In this, one must differentiate between the quite liberal rules governing the transfer of a legal person’s domicile to Liechtenstein and the rather restrictive rules concerning the movement of natural persons.
As a general rule, a foreign legal person may choose to be domiciled in Liechtenstein on the basis of the liberal legislation in Liechtenstein. This requires approval from the Office of Justice and registration in the Commercial Register. It is thus possible to transfer a legal person’s domicile to Liechtenstein without having to dissolve it in the home country and re-establish in Liechtenstein. The individual aspects to be observed by legal persons have been noted in guidelines (https://www.llv.li/files/onlineschalter/Dokument-90.pdf). Apart from legal persons, trusts, too, may carry out a "quasi"-redomiciliation to Liechtenstein, by exchanging their trustees and, if required, by amending their provisions on the governing law.
With a surface area of only 160 km², Liechtenstein is the fourth smallest state in Europe and is located between Switzerland and Austria at the centre of the European Alpine arc. Liechtenstein is the sixth smallest state worldwide.

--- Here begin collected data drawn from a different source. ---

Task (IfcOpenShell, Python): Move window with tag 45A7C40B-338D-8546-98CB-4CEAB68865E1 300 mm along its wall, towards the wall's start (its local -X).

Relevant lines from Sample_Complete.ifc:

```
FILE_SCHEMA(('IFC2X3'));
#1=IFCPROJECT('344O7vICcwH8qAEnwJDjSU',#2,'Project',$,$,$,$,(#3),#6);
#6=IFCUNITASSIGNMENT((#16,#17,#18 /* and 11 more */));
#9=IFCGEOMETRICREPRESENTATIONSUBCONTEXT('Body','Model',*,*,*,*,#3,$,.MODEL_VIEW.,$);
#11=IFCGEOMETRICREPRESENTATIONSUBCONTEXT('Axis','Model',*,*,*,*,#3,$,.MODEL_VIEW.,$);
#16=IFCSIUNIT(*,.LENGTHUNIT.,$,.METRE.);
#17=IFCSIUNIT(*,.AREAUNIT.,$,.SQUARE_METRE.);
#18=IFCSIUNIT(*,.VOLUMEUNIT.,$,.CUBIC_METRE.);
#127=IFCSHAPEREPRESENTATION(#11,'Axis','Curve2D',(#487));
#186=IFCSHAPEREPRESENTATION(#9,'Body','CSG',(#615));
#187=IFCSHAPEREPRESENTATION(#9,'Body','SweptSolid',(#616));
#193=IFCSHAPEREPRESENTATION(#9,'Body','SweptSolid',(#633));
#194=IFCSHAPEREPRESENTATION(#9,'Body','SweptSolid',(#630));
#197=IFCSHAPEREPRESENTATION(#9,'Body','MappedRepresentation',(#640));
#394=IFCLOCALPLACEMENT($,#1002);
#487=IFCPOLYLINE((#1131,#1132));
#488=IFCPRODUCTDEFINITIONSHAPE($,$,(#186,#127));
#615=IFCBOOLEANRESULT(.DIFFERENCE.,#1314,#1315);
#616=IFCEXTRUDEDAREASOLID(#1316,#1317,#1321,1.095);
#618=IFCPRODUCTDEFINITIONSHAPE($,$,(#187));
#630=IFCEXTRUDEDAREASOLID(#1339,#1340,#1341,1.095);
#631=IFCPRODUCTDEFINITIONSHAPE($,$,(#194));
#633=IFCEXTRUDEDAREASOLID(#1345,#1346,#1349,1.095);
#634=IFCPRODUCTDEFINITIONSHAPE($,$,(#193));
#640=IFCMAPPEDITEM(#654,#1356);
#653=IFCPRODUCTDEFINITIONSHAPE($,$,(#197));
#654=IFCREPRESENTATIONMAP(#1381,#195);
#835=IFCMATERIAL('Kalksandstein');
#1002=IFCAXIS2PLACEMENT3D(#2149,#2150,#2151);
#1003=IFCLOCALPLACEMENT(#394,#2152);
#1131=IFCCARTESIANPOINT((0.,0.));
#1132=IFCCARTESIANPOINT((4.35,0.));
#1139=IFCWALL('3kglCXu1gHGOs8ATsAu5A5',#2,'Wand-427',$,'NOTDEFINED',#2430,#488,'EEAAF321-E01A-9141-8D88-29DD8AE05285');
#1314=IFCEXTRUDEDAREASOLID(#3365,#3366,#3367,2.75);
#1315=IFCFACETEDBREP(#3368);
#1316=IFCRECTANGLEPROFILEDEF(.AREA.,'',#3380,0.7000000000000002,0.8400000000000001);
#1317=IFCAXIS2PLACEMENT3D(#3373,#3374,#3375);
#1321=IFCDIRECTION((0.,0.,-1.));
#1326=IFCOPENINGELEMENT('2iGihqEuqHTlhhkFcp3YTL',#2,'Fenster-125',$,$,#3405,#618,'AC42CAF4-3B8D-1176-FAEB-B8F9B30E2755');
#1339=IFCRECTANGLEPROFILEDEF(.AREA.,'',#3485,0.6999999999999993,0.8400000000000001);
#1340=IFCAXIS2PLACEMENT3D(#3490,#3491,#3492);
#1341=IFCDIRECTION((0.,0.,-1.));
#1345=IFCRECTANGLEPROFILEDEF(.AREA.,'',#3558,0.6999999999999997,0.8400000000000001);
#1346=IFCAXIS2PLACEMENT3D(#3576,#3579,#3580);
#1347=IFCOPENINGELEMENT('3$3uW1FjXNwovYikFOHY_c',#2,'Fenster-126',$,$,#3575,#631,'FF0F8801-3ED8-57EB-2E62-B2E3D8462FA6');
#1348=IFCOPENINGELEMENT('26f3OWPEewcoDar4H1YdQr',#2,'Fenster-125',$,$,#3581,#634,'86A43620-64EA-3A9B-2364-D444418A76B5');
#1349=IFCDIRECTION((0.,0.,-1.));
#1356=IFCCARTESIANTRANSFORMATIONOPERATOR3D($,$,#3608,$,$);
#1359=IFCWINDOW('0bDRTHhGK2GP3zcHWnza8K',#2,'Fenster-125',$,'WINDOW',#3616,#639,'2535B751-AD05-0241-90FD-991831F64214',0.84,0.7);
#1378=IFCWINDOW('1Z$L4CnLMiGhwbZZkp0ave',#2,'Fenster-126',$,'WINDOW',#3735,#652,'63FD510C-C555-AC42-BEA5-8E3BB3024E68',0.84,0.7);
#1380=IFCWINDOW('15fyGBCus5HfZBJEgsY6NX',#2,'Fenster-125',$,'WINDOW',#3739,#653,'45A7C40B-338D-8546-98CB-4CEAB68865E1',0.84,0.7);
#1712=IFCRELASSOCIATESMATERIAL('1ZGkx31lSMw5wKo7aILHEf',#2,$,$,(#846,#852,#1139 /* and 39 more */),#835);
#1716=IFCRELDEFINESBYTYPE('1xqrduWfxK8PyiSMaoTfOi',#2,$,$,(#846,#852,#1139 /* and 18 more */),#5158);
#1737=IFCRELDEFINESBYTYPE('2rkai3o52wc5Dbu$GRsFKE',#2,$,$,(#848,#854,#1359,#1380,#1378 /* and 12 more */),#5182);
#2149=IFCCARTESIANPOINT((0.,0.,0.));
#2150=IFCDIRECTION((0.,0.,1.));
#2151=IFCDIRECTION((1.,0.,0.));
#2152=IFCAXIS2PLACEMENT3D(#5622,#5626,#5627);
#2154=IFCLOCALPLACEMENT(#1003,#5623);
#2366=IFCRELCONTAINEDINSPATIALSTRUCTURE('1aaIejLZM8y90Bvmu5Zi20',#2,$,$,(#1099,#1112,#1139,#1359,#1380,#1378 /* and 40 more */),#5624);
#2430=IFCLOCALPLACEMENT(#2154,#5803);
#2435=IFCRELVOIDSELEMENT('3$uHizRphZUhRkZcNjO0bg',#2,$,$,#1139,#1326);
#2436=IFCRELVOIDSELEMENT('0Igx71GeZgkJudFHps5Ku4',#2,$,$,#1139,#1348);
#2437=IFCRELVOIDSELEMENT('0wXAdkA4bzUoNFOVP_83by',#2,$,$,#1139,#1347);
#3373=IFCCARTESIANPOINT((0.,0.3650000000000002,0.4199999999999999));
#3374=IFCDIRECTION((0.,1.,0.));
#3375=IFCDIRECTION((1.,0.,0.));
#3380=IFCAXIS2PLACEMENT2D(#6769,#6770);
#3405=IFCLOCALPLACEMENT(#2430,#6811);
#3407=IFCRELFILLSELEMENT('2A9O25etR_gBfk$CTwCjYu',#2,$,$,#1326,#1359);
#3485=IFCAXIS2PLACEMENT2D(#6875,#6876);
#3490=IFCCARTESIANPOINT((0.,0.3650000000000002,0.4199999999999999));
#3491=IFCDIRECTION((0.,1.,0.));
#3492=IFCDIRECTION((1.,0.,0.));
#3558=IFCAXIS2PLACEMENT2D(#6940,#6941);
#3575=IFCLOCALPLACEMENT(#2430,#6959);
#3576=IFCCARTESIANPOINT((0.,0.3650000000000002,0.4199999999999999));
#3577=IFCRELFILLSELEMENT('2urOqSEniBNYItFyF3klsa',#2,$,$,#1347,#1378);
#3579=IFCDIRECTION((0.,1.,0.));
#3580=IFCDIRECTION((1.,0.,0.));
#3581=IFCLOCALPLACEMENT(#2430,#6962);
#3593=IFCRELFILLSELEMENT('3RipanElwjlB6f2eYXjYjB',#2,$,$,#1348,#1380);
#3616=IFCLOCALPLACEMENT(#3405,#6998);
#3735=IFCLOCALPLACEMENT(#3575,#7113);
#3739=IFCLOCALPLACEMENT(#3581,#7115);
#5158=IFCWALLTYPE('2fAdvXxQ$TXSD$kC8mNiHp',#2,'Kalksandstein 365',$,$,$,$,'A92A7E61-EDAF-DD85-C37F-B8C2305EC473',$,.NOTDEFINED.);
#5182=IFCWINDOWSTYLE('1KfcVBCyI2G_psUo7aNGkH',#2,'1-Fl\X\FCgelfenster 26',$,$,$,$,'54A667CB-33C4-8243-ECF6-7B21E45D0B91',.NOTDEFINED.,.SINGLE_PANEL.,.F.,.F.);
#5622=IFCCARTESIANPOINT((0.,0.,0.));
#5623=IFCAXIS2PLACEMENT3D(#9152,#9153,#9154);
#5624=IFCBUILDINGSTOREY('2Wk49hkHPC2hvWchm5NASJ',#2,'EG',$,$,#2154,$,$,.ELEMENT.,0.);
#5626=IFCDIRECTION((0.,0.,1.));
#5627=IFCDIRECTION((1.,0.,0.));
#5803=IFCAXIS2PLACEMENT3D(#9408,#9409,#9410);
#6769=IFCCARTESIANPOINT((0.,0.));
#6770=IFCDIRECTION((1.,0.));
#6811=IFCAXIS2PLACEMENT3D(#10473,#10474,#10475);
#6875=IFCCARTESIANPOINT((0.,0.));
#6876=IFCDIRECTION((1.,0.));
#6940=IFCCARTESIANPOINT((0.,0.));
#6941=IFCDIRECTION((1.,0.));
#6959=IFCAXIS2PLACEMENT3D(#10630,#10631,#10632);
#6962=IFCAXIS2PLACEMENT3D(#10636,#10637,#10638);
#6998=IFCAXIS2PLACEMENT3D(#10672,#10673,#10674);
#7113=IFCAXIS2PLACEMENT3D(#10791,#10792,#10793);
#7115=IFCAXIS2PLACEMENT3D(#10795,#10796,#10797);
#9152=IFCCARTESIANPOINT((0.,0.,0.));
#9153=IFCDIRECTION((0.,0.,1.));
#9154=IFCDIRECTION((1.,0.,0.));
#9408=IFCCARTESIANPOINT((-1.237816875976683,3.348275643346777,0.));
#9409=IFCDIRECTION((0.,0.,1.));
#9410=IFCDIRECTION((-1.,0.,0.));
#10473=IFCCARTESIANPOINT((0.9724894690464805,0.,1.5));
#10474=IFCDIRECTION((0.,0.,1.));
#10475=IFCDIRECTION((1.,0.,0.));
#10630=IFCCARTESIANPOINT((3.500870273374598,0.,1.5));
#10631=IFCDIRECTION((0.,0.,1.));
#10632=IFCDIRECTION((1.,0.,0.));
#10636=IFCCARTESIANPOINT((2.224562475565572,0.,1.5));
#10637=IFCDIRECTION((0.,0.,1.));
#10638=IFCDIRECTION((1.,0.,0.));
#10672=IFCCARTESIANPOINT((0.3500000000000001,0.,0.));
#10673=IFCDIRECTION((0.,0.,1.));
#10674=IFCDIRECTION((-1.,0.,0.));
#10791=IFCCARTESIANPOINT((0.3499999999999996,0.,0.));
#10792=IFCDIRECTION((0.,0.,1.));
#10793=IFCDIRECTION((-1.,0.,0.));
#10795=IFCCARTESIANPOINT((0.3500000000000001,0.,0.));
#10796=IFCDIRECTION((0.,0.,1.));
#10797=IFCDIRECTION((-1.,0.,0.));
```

```python
import ifcopenshell
import ifcopenshell.api.geometry
import ifcopenshell.util.placement
import ifcopenshell.util.unit

model = ifcopenshell.open("Sample_Complete.ifc")
unit_scale = ifcopenshell.util.unit.calculate_unit_scale(model)

window = model.by_guid("15fyGBCus5HfZBJEgsY6NX")
opening = window.FillsVoids[0].RelatingOpeningElement
wall = opening.VoidsElements[0].RelatingBuildingElement

wall_matrix = ifcopenshell.util.placement.get_local_placement(wall.ObjectPlacement)
shift = wall_matrix[:3, 0] * -0.3 / unit_scale
before = ifcopenshell.util.placement.get_local_placement(window.ObjectPlacement)[:3, 3].copy()

# The window is placed relative to its opening, so it follows when the opening moves.
matrix = ifcopenshell.util.placement.get_local_placement(opening.ObjectPlacement)
matrix[:3, 3] += shift
ifcopenshell.api.geometry.edit_object_placement(
    model, product=opening, matrix=matrix, is_si=False, should_transform_children=True
)

after = ifcopenshell.util.placement.get_local_placement(window.ObjectPlacement)[:3, 3]
print("window moved by", (after - before).round(3) + 0.0)

model.write("Sample_Complete_v2.ifc")
```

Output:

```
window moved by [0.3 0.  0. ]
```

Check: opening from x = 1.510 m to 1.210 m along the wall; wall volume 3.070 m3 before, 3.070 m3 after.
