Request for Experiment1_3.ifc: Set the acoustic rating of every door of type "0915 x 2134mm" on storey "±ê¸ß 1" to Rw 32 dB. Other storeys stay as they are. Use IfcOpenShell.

First a look at what the model holds.

```python
import ifcopenshell
import ifcopenshell.util.element

model = ifcopenshell.open("Experiment1_3.ifc")
print(model.schema)
storey = next(s for s in model.by_type("IfcBuildingStorey") if s.Name == "±ê¸ß 1")
doors = [e for e in ifcopenshell.util.element.get_decomposition(storey) if e.is_a("IfcDoor")]
seen = {}
for e in doors:
    element_type = ifcopenshell.util.element.get_type(e)
    key = (element_type.Name if element_type != e and element_type else None, ifcopenshell.util.element.get_pset(e, "Pset_DoorCommon", "AcousticRating"))
    seen[key] = seen.get(key, 0) + 1
for (name, value), count in sorted(seen.items(), key=str):
    print(count, "x", name, "|", value)
```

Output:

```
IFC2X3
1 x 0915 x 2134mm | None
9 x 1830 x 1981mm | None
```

```python
import ifcopenshell
import ifcopenshell.api.pset
import ifcopenshell.util.element

model = ifcopenshell.open("Experiment1_3.ifc")

storey = next(s for s in model.by_type("IfcBuildingStorey") if s.Name == "±ê¸ß 1")
doors = [e for e in ifcopenshell.util.element.get_decomposition(storey) if e.is_a("IfcDoor")]

count = 0
for e in doors:
    element_type = ifcopenshell.util.element.get_type(e)
    if element_type in (None, e) or element_type.Name != "0915 x 2134mm":
        continue
    # add_pset returns the element's existing set when there is one.
    pset = ifcopenshell.api.pset.add_pset(model, product=e, name="Pset_DoorCommon")
    ifcopenshell.api.pset.edit_pset(model, pset=pset, properties={"AcousticRating": "Rw 32 dB"})
    count += 1

print(count, "doors updated")

model.write("Experiment1_3_v2.ifc")
```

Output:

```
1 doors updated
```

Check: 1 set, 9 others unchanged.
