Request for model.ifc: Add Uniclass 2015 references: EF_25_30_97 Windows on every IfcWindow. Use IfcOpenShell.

First a look at what the model holds.

```python
import ifcopenshell

model = ifcopenshell.open("model.ifc")
print(model.schema)
print("classifications:", [c.Name for c in model.by_type("IfcClassification")])
for ifc_class in ("IfcDoor", "IfcRoof", "IfcStair", "IfcWall", "IfcWindow"):
    print(ifc_class, len(model.by_type(ifc_class)))
```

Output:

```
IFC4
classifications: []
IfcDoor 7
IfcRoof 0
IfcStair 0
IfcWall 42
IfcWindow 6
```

```python
import ifcopenshell
import ifcopenshell.api.classification

model = ifcopenshell.open("model.ifc")

system = ifcopenshell.api.classification.add_classification(model, classification="Uniclass 2015")

codes = {
    "IfcWindow": ("EF_25_30_97", "Windows"),
}
for ifc_class, (code, name) in codes.items():
    products = model.by_type(ifc_class)
    ifcopenshell.api.classification.add_reference(
        model, products=products, classification=system, identification=code, name=name
    )
    print(code, len(products))

model.write("model_edited.ifc")
```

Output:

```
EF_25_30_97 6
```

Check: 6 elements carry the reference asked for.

What does a country as small as that have to offer?
1. Liechtenstein is a highly diversified business location with a stable industrial and financial sector
- Customs union with Switzerland, Swiss franc as currency (since 1923)
- Open market access to all EU and EEA countries (EEA member since 1995)
- Stable social, legal, and economic system
2. The Liechtenstein financial centre is professional, innovative, and internationally recognised
- Almost 100 years of experience in foundation and trust law, high level of competence in services
- Strict compliance with all common international regulatory provisions
- Innovative solutions: fund legislation (AIFM), Blockchain Act (since 1.1.2020)
3. Liechtenstein focuses on stability and legal certainty
- Political continuity and stability (not least due to the Princely House)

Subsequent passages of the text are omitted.